Anyway, will clean up the slide well tonight and get it all back together.  

The front sight insert survived all the rough treatment and heating.  Betcha it stays in there when I'm shooting too.  Can't wait to put this one back together.  Its gonna serve duty round the house and as a trainer for the Granddaughters.  (And when it gets bungered up, all I gotta do is rust it again an it'll look just like new)


----------



## trial&error (Feb 24, 2014)

awesome, I've never seen the process before.  I imagine the temp is critical so not to change the temper of the metal.


----------



## Sharps40 (Feb 24, 2014)

No....you can't boil water hot enough to change the temper of steel.  

With a smoke wrench and oil quench to blacken, or even Nitre Blueing yes and maybe....but not with hot water in the rust bluing process nor in the caustic (factory) bluing process.


----------



## Sharps40 (Feb 24, 2014)

Not bad for a gun well under 3 bills.  Well, the tally so far....new old stock grip panels to replace the cracked originals.  New easier to acquire front sight....so far its held up to a lot of abuse in polishing and temp swings....time to test and see if it can stand up to the old stop go stop go....if not, red epoxy fill will be the service replacement.  But I betcha the glow pipe stays in jes fine.  And the slide reblued...looking good in satin very dark grey almost black.  As for that pesky slide stop....one of the sneaky S&W deals.  Just would not rust, would not scratch with 100g aluminum oxide and barely polished with a coarse wire wheel at 2000 rpm, even Birchwood Casey Super Blue wouldn't touch it and I've use BCSB to blacken aluminum and brass too.  So, must be stainless steel.  So, it'll stay bright. 

Frame will stay the way it is.  Anodizing it at home wouldn't be serviceable....best ya can get is a Type 2 anodize at home and though it'd be well colored when dyed, that aint the hard anodize that's on the frame now, that is, Type 3.  So, since I don't like paint, a few boogers on the receiver are fine with me.

Range trip is in order at this point.  See if it works good.  Bet it will.  Next step is to decide if I want to order a spare new back strap in plastic or gen one up in steel or aluminum to last for the long haul or even try a set of Hogue rubber or wood grips.  Fun.  

Here is where it sits tonight.  





















New red sight sure looks better out there than that original black and yeller nubbie.


----------



## Sharps40 (Feb 24, 2014)

I reckon the granddaughters will like shootin it and if I can get a second 915 for em, this will lead them to their full size handguns when they grow up.....unless one of em decides to take this one...I wouldn't mind.  I think it looks good enough they'd be proud to own it too.











The looks at the working end ain't no slouch neither.











And that pesky slide release.....


----------



## ncrobb (Feb 25, 2014)

Nicely done.  Your threads are fantastic and I appreciate you taking the time to post them.  I think I might be learning something...

Robb


----------



## Sharps40 (Feb 25, 2014)

Thanks.  Soon as I can find the supplies....home hot caustic blueing of a 1956 Flat Latch for about $6.


----------



## Sharps40 (Feb 25, 2014)

I am often asked about rust in the bore from the slow rust blue process.

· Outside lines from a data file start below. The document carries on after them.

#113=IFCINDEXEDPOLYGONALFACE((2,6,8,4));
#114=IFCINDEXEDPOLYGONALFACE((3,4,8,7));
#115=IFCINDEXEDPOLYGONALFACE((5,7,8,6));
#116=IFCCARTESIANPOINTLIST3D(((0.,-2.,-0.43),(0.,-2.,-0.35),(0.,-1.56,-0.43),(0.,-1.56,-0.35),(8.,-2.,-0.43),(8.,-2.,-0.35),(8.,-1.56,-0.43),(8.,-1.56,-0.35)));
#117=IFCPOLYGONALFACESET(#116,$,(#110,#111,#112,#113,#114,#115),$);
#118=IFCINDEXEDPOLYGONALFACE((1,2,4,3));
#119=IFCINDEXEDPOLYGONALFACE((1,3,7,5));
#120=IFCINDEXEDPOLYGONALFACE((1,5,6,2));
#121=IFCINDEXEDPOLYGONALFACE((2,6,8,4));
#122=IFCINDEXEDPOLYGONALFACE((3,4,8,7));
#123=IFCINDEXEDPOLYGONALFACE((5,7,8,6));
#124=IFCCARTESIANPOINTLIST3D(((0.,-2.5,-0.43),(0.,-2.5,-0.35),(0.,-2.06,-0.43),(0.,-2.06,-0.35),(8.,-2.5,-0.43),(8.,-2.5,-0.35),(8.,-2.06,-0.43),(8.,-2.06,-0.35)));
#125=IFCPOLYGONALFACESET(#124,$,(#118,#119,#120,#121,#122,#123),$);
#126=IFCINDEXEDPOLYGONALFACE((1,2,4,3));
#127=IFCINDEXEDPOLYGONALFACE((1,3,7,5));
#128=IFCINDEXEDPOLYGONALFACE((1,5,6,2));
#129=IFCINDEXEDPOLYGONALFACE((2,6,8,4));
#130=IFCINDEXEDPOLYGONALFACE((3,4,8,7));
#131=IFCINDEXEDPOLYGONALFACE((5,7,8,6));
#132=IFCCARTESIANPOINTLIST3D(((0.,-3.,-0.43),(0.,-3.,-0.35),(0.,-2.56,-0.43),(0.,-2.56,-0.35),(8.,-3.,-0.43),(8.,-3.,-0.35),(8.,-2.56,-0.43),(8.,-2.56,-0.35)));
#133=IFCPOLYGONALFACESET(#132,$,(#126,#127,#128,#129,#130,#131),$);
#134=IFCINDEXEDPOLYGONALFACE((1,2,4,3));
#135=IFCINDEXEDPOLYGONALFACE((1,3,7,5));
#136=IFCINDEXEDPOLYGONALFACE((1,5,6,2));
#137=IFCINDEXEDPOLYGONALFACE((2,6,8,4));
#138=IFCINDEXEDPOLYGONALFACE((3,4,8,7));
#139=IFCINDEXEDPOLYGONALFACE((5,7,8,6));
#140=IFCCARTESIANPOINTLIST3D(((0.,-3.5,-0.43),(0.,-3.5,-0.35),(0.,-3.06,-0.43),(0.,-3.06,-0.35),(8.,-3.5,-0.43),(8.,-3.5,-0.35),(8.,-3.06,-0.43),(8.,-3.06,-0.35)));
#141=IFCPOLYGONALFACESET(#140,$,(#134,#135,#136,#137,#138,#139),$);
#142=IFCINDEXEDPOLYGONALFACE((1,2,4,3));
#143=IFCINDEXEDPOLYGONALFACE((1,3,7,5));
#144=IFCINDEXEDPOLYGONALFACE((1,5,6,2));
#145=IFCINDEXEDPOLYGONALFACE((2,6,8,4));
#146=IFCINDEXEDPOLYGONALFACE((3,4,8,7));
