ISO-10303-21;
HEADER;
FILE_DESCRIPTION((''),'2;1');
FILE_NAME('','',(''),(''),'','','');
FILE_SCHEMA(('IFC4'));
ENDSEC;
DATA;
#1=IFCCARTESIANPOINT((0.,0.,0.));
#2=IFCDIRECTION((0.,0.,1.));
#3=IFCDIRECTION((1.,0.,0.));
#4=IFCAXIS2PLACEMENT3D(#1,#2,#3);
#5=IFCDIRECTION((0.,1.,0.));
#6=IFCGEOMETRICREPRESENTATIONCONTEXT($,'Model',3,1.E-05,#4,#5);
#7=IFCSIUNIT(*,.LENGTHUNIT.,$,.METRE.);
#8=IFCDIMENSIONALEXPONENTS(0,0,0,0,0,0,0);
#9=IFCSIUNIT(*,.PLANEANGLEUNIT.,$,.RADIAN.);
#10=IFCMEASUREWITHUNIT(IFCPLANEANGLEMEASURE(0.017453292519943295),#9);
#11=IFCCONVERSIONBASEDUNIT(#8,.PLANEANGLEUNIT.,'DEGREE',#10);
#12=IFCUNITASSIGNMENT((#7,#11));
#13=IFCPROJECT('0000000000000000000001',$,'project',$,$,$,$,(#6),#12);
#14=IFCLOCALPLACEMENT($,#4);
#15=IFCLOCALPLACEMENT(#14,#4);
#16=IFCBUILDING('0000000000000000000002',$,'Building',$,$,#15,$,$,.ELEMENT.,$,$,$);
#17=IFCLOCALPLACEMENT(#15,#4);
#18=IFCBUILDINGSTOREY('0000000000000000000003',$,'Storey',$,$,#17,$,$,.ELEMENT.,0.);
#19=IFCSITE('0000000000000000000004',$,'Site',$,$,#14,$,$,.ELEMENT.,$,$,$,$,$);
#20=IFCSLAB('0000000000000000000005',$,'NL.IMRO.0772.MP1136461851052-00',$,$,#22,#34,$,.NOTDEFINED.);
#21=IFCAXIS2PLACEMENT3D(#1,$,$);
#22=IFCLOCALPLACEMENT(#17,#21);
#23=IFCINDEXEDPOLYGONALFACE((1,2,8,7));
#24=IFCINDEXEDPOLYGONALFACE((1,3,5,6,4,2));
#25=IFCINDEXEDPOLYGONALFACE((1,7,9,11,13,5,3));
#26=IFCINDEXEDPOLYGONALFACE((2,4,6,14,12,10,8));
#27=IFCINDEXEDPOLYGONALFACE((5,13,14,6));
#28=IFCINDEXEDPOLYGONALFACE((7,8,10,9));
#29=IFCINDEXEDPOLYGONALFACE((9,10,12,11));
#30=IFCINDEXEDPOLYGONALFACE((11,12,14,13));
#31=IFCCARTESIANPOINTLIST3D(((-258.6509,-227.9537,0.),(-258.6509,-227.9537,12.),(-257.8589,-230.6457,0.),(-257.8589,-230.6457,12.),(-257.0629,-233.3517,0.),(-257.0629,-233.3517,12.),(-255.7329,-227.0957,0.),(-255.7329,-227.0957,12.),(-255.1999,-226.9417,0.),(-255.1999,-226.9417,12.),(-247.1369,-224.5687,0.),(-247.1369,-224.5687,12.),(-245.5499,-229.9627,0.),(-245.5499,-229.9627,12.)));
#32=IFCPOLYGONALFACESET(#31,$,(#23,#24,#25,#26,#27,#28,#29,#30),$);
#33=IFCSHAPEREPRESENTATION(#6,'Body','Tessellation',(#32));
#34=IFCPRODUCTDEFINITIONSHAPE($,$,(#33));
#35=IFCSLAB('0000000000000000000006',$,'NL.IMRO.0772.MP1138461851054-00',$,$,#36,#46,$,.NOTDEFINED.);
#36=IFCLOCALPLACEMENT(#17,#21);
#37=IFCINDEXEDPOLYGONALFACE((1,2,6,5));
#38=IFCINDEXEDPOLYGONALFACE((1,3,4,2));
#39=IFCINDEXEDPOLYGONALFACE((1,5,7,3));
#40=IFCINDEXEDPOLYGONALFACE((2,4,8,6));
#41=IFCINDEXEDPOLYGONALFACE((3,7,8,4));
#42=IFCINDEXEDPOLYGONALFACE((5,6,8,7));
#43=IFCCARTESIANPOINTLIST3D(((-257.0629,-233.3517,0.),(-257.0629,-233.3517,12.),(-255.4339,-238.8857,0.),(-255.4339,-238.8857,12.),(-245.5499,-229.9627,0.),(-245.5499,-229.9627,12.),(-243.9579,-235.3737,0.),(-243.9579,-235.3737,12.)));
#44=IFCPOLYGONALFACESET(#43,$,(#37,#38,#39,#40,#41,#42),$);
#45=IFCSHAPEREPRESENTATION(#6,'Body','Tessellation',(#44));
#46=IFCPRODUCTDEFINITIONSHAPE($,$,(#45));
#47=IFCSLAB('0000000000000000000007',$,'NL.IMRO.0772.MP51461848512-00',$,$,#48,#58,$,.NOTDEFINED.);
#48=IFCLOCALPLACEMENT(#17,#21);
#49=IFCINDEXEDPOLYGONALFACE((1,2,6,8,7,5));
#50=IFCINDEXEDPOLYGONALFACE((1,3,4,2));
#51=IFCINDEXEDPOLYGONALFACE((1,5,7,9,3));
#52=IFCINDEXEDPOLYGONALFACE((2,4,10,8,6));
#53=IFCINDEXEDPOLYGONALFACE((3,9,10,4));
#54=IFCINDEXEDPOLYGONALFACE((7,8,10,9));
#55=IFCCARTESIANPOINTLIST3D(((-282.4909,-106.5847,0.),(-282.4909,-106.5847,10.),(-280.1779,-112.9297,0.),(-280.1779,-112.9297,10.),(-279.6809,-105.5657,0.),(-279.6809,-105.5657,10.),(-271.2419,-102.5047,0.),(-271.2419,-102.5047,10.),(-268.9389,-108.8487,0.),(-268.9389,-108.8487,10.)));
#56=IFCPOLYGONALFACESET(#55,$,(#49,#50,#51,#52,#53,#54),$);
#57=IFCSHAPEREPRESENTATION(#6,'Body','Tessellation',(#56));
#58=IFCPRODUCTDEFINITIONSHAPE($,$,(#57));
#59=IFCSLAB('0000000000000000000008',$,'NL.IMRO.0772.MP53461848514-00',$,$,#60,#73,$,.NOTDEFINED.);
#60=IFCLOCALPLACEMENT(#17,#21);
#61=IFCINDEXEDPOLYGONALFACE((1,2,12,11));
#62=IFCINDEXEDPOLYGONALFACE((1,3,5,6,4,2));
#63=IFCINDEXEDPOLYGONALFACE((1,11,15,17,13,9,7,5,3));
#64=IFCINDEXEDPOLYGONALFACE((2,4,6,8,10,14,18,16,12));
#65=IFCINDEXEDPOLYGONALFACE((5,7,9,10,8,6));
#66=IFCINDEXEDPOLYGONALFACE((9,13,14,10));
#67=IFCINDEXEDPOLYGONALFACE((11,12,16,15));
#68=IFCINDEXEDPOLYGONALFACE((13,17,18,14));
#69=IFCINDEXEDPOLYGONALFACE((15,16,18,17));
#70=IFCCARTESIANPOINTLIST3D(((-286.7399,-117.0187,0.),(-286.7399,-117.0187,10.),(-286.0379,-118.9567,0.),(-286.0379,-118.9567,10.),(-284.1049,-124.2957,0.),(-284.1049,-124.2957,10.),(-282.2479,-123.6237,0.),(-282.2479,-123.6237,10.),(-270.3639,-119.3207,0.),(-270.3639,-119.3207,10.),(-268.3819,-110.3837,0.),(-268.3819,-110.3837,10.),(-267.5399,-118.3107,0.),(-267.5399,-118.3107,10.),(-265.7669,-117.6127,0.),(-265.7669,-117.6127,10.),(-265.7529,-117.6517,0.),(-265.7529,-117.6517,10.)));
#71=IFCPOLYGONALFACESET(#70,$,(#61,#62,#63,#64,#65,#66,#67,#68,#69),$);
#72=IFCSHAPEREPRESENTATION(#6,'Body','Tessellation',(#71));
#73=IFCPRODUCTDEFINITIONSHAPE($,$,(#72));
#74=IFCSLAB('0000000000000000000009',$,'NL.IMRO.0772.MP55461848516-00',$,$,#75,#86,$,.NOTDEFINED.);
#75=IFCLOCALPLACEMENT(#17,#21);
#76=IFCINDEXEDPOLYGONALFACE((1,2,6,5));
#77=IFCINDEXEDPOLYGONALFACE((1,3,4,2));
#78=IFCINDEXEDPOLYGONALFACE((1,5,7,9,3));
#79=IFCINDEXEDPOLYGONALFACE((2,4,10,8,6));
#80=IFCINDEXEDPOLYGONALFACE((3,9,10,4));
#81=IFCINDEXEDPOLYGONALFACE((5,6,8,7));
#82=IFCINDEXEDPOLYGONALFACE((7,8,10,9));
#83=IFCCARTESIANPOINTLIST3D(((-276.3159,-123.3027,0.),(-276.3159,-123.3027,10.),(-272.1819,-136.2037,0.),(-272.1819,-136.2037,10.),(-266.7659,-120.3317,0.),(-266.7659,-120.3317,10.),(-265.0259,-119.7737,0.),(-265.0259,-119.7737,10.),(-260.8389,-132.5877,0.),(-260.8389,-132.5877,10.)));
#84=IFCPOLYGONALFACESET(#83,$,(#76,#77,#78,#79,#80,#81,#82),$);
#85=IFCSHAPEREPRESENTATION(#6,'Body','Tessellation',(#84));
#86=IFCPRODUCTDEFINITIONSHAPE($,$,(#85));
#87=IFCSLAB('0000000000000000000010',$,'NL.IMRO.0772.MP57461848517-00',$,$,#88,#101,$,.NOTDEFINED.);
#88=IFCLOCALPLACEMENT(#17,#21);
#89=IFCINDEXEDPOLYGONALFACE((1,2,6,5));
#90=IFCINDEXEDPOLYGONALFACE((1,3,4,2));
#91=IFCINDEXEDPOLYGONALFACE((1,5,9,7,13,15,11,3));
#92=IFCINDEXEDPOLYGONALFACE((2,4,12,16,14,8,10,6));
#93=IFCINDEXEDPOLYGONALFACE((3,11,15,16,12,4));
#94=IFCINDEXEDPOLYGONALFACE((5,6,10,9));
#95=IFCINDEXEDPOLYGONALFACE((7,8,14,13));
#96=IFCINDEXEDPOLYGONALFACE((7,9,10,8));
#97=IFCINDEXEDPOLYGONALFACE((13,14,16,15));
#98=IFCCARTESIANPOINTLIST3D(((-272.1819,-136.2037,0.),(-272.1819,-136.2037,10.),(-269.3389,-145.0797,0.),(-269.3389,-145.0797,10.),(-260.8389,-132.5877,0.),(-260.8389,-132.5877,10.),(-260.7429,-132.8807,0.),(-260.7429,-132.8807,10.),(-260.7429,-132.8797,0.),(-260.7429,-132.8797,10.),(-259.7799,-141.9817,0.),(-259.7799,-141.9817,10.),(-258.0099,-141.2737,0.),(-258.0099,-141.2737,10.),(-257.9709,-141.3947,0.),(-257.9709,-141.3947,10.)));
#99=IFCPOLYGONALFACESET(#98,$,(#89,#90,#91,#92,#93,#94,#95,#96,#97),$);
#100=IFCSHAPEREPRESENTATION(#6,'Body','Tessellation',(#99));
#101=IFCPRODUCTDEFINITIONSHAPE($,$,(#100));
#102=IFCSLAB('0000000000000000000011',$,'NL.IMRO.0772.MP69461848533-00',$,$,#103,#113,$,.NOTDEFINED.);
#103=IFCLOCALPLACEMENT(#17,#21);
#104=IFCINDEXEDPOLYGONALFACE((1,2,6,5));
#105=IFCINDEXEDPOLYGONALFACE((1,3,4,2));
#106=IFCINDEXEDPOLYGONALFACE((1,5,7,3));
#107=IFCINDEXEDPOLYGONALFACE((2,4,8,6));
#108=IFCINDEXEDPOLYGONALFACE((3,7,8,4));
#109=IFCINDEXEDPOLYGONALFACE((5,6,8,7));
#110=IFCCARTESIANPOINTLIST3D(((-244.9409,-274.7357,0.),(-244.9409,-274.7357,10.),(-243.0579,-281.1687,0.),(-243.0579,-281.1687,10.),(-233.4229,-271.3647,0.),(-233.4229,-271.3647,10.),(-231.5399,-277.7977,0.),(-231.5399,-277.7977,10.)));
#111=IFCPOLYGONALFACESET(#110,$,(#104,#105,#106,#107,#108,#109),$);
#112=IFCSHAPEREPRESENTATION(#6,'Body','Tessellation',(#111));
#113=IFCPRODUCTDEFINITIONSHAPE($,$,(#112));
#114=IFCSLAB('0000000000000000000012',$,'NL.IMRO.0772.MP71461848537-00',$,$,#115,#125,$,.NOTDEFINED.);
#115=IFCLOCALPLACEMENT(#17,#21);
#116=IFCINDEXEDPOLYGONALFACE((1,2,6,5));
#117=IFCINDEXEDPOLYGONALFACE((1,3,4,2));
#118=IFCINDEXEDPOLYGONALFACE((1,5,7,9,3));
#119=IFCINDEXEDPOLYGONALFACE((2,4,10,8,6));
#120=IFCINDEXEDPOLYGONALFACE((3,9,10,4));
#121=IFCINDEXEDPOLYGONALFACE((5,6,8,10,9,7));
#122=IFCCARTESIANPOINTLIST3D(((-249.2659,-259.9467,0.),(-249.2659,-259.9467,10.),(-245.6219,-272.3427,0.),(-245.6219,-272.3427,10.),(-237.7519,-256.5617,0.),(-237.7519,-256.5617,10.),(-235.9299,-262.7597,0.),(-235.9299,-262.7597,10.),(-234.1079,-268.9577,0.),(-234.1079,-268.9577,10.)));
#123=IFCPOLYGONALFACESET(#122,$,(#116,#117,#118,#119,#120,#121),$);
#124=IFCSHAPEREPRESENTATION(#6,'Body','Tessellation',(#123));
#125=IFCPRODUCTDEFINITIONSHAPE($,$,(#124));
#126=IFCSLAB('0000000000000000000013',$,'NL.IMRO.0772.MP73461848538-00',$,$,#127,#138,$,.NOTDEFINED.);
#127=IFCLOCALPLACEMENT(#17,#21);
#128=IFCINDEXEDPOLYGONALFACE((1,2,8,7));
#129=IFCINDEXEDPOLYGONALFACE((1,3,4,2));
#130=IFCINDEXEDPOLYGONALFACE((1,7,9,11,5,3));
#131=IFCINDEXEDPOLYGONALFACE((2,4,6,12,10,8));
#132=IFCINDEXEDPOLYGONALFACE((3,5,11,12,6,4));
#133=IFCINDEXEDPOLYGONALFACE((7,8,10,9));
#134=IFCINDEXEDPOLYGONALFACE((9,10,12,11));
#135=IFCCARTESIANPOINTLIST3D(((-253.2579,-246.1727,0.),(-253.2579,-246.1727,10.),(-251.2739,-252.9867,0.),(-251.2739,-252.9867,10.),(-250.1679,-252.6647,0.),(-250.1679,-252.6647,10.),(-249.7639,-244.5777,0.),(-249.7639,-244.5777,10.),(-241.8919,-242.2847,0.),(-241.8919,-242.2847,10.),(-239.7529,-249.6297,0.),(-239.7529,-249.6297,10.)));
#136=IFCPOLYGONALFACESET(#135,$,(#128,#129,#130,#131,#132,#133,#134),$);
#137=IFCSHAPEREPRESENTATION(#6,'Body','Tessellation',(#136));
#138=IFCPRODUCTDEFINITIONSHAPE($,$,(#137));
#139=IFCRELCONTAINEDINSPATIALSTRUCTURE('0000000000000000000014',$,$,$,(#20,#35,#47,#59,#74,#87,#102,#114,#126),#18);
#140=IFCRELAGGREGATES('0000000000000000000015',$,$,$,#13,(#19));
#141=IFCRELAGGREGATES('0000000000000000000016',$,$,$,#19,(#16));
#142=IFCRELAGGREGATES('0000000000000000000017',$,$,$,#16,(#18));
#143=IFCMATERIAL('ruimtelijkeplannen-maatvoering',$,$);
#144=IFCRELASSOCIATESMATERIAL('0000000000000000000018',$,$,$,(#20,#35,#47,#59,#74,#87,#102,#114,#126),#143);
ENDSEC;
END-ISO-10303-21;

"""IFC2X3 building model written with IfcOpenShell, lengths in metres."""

from ifc_helpers import new_model, entity, si_unit, converted_unit, direction, origin_with_axes, place, context, project, spatial, polyline, outline, extrude, material, element, save


model = new_model("IFC2X3")

# Units and contexts
model_context = context("Model", 3, precision=1e-05, world=origin_with_axes(), true_north=direction((0.0, 1.0, 0.0)))
ifc_project = project(units=[si_unit("LENGTHUNIT", "METRE"), converted_unit("PLANEANGLEUNIT", "DEGREE", entity("IfcPlaneAngleMeasure", 0.017453292519943295), si_unit("PLANEANGLEUNIT", "RADIAN"), dimensions=[0, 0, 0, 0, 0, 0, 0])], contexts=[model_context])

# Site, building, storey
site_placement = place(None, origin_with_axes())
site = spatial("IfcSite", under=ifc_project, at=site_placement, Name="Site", CompositionType="ELEMENT")
building_placement = place(site_placement, origin_with_axes())
building = spatial("IfcBuilding", under=site, at=building_placement, Name="Building", CompositionType="ELEMENT")
storey_placement = place(building_placement, origin_with_axes())
storey = spatial("IfcBuildingStorey", under=building, at=storey_placement, Name="Storey", CompositionType="ELEMENT", Elevation=0.0)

It is insignificant compared to hot tank (caustic factory) bluing. Many will disagree but I'll stand on long experience. 

In the slow rust process, nitrates are not applied to the bore, no color/ferroferric oxide is developed. Trace amounts of red rust can be developed but they literally wipe out.

In caustic (factory) blueing, the bore is left open since no person in their right mind will risk 290 degree caustic burns from a plug popping out and the bore is in fact blued...i.e. coated with ferroferric (black rust) oxide just like the external parts. There is no detremental impact. The rust is shortly shot out of the bore by friction.

Long and short, while most suppliers recommend plugging bores for parkerizing, I have never seen any supplyer recommend plugging bores for slow rust or caustic hot tank blueing. In point of fact many warn against it due to retention of moisture causeing pitting around the interfaces of the plugs. 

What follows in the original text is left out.